Timeline and Context
The point of no return was passed in mid-May, when an auction for 30-year bonds showed below-average demand, and the yield settled above the psychological 5% mark. But the real trigger was the escalation of the conflict with Iran in late February, which sent energy prices soaring. Since then, inflation expectations have become unmoored from reality: the April US Consumer Price Index jumped to 3.8% year-over-year. Investors realized that cheap oil is gone, and with it, cheap money. By May 19, the yield on 2-year notes had already exceeded 4.11%, signaling that the market is pricing in at least one Fed rate hike this year, possibly by December.
Who Wins and Who Loses
The winners are large pension funds and insurance companies, which have been on a meager diet of low rates for years and can now build portfolios with guaranteed yields above 5% in dollars for the next 30 years. This is their golden time.
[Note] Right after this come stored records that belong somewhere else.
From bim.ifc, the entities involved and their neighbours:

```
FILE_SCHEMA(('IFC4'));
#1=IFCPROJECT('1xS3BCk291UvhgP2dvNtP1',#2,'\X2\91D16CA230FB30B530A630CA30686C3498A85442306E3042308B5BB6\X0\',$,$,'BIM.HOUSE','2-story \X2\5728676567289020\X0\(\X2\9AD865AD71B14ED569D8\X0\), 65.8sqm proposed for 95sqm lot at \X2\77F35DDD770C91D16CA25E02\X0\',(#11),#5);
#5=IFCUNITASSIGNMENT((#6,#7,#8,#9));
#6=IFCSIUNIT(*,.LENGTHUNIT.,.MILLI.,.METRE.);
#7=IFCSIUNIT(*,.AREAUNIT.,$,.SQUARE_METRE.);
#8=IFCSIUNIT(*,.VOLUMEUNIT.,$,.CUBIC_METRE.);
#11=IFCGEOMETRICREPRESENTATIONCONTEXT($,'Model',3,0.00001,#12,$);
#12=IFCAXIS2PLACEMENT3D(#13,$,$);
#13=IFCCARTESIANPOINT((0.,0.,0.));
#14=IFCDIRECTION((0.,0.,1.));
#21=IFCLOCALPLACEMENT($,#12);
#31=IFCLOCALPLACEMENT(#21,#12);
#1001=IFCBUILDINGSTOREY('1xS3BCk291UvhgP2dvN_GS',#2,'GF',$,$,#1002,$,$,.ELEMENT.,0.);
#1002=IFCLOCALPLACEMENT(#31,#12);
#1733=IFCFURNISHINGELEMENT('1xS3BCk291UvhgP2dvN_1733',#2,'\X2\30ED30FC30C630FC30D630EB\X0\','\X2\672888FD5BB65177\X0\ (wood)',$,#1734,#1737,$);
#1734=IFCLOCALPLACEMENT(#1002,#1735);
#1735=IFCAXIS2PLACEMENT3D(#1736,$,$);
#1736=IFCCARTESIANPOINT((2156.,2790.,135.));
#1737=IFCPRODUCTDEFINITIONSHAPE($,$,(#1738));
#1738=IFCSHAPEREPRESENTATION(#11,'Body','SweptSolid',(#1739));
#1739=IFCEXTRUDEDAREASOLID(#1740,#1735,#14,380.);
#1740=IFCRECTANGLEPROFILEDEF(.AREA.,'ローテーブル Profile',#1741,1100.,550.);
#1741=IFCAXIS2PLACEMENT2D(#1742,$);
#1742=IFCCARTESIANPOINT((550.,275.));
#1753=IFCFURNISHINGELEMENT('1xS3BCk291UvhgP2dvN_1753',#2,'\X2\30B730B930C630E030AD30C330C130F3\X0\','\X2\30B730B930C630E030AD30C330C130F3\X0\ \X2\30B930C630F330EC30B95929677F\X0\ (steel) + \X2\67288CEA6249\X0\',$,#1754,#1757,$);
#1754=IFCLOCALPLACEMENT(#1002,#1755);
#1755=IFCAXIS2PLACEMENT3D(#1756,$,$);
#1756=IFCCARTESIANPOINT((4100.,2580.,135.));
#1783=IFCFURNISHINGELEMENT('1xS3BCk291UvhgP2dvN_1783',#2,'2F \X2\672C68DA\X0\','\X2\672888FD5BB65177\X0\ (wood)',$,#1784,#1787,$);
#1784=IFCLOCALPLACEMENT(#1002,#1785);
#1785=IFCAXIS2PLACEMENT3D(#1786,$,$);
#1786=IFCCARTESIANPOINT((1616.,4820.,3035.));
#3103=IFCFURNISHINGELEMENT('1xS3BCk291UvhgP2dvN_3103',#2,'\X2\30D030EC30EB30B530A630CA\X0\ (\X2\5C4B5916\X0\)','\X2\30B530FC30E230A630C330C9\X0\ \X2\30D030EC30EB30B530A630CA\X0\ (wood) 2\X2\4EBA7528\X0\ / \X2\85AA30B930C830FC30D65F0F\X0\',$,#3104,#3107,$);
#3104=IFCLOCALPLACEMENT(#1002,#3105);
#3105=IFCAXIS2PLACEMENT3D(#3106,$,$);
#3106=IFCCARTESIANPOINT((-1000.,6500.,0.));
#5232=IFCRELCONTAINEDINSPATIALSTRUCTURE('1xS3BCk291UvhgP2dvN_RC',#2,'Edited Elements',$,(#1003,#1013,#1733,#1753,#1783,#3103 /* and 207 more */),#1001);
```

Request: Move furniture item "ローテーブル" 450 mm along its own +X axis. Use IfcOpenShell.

```python
import ifcopenshell
import ifcopenshell.api.geometry
import ifcopenshell.util.placement
import ifcopenshell.util.unit

model = ifcopenshell.open("bim.ifc")
unit_scale = ifcopenshell.util.unit.calculate_unit_scale(model)

item = model.by_id(1733)
matrix = ifcopenshell.util.placement.get_local_placement(item.ObjectPlacement)
matrix[:3, 3] += matrix[:3, 0] * 0.45 / unit_scale
ifcopenshell.api.geometry.edit_object_placement(model, product=item, matrix=matrix, is_si=False)

print(ifcopenshell.util.placement.get_local_placement(item.ObjectPlacement).round(3) + 0.0)

model.write("bim-out.ifc")
```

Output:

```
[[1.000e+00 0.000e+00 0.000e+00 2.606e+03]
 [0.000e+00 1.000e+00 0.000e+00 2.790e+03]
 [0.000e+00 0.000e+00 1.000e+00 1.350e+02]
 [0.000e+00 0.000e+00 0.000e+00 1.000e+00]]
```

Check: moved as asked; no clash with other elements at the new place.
The losers are investment banks sitting on a pile of unsold corporate debt worth over $50 billion, and, of course, the technology sector. For IT giants, whose value is built on expectations of future super-profits discounted at a low rate, the rise in the risk-free rate to 5% is a catastrophe. That is why we are seeing declines in the Nasdaq and S&P 500 indices, despite some positive corporate news. The ceiling for growth stocks is getting lower and lower.
What the Media Isn't Saying
While everyone is discussing inflation, the main non-obvious insight lies in the area of liquidity and accounting manipulation. Analysts overlook that a significant portion of banks, especially regional ones, hold old Treasuries on their balance sheets purchased when rates were 1-2%. Their market value is now 30-40% below par. To avoid booking losses and damaging capital adequacy, banks have moved these securities from the trading book to the held-to-maturity portfolio. This is legal, but it creates a "glass" ceiling for lending: banks cannot sell bad assets, so they cannot issue new loans. The real economy is suffocating not from high rates per se, but from the hidden paralysis of bank balance sheets. It is this mechanism, not just Fed actions, that is choking economic growth while simultaneously preventing inflation from falling due to a contraction in the supply of goods and services.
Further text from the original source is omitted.